This post is a follow up from our September 22nd post – Cattle Technical Analysis.
Although it is taking longer than we would like, everything is still going to plan with the cattle futures price outlook. After carving out the suggested top in previous posts, price action has mapped out a clear, initial 5-wave decline in Wave A, then countered with a deep retracement in Wave B; however, prices never violated the critical resistance for the interpretation ($114.05).
This sets the stage for another decline in Wave C of (2). Look for prices to target the 102.60-105.20 area. These levels are defined by the common Fibonacci retacements of wave (1) and the Fibonacci multiples of Wave A. In addition, the previous fourth wave of one lesser degree terminated near $102.05, increasing the probability that prices will fall to the 50% retracement level ($102.60 on a close only chart). If/When this occurs, it will be an excellent opportunity to add long coverage to a position.
We believe the long-term bottom is in place. However, even if we were wrong, and the previous rally from April to mid-August was proven to be wave (A) of an (A)-(B)-(C) correction, we should still see a new price extreme to the upside (in a wave (C)). This makes buying the retracement a lower-risk, high probability proposition.
Getting a closer look at the hourly chart, you can see the clear subdivided waves and the expected zig-zag price action. Critical resistance for this interpretation is well defined. If we can take out the previous swing low of $109.80, that will build confidence in the forecast. Targets include the $105-area and then $102.5-area. The level of $105 is clustered by the Fibonacci mutliple of where Wave C = 1.382*Wave A and the 38.2% retracement of larger Wave (1).
The $102.50 area is clustered by the 50% retracement of Wave (1) (a more common occurrence than 38.2%). Moreover, it’s closer to the terminus of the previous 4th wave of one lesser degree (guideline of depth of corrective waves). If/when this occurs, it will be important to analyze slope and momentum to add confidence in stepping into a market that will feel like it is making new lows.
Combining With More Widely Used Technical Indicators
Prices have finally broken below the midpoint of the Donchian channel.
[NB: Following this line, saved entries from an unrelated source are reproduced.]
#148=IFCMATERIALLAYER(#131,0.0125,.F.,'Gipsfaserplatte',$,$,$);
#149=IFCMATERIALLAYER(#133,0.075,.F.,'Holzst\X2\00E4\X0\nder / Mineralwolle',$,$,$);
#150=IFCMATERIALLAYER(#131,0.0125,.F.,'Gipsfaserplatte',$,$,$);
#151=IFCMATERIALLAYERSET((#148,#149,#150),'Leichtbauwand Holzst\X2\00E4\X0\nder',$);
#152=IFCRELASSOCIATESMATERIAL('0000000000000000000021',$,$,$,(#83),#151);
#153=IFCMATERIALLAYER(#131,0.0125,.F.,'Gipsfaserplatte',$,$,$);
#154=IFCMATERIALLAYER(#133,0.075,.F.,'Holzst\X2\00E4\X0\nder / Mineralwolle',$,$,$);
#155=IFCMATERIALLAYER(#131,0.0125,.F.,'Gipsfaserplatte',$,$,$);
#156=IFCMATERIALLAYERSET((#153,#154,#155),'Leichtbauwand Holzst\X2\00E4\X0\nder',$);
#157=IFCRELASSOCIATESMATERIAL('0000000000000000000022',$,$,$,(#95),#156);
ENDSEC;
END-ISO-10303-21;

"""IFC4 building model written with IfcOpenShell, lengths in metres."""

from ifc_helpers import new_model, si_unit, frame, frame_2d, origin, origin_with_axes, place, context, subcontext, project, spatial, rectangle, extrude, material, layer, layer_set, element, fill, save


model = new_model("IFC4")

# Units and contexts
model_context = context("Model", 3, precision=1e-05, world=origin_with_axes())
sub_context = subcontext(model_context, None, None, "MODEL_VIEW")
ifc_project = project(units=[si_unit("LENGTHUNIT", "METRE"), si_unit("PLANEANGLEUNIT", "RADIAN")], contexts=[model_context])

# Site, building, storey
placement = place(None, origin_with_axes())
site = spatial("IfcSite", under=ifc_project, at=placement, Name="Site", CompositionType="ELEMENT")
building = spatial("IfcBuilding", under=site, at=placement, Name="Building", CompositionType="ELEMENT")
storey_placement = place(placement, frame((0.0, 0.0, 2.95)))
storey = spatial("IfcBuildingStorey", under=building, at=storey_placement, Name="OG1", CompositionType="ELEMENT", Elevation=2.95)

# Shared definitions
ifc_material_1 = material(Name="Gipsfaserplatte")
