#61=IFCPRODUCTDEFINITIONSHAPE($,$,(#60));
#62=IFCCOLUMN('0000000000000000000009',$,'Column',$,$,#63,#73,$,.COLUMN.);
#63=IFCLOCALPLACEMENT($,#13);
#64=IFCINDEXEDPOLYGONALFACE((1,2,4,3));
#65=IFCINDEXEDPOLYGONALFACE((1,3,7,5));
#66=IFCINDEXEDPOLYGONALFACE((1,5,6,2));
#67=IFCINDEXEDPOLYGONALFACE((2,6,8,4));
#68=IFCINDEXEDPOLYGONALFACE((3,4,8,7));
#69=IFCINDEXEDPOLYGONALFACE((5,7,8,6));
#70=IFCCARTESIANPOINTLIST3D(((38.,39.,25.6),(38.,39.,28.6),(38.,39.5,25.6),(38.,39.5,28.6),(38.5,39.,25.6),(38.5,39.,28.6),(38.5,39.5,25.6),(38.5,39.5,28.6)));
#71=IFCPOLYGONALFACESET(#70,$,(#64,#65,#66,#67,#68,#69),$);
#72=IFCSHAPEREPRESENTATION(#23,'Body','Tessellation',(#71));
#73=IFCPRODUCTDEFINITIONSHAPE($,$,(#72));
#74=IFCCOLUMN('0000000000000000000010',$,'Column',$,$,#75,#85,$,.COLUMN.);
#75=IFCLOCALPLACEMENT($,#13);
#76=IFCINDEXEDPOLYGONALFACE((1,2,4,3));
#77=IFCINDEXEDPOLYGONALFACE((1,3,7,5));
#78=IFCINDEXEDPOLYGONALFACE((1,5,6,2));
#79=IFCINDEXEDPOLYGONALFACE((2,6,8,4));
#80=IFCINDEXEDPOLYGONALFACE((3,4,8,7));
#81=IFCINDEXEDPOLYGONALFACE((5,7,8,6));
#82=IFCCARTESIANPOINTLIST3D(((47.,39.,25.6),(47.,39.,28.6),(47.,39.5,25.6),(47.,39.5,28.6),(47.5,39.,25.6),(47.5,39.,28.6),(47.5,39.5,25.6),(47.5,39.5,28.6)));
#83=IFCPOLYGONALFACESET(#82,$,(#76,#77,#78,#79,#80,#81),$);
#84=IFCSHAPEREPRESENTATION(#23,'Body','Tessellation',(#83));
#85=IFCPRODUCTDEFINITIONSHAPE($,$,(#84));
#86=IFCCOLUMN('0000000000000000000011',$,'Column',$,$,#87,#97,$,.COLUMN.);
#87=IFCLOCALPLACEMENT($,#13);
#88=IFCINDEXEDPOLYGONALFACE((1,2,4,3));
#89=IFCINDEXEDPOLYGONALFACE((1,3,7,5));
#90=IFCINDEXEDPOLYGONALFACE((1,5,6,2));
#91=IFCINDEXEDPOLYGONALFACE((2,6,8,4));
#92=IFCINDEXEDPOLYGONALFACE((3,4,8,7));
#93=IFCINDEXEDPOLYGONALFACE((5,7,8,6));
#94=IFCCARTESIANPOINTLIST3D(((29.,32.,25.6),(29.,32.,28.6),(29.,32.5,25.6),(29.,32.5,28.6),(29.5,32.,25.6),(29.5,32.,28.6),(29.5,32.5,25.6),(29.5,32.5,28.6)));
This bolsters our confidence in the forecasts. It should be noted that the Donchian channel coiled a bit in recent times; this is often a precursor to price and volatility expansion.
On the price rally in Wave B, RSI failed to get above the 60 level, confirming the intermediate downtrend is still intact. Minor bearish divergence in Stochastics with RSI staying below 60 on the counter-trend rally is a nice sell signal.
Looking at our multiple moving average chart, you can see that prices have accelerated below all the moving averages (5-day through 60-day) and the shorter-term MA’s are now sloped lower with the long-term ones flat. That being said, the ADX is in dormant territory, suggesting moving average systems are less reliant. If we get continued downside price action and the ADX rises above 20, it is often a sign that a persistent price trend is beginning; however, that is not expected given our outlook that this price decline is a buying opportunity within a larger uptrend.
The market is giving signals to be short this market. The “trend is your friend” and it appears the intermediate downtrend is re-establishing itself. Using the rules of Elliott wave theory, the market shows a clear, well-defined critical resistance level to which short positions can measure risk against downside forecasts (opinions).
Taking the long-term view, our interpretation is that the long-term trend turned higher earlier this year and the longer-term bottom is in place. If/when we get a price retracement back to the 103-105 area in wave C, and momentum is waning, it will be an excellent opportunity to add long coverage.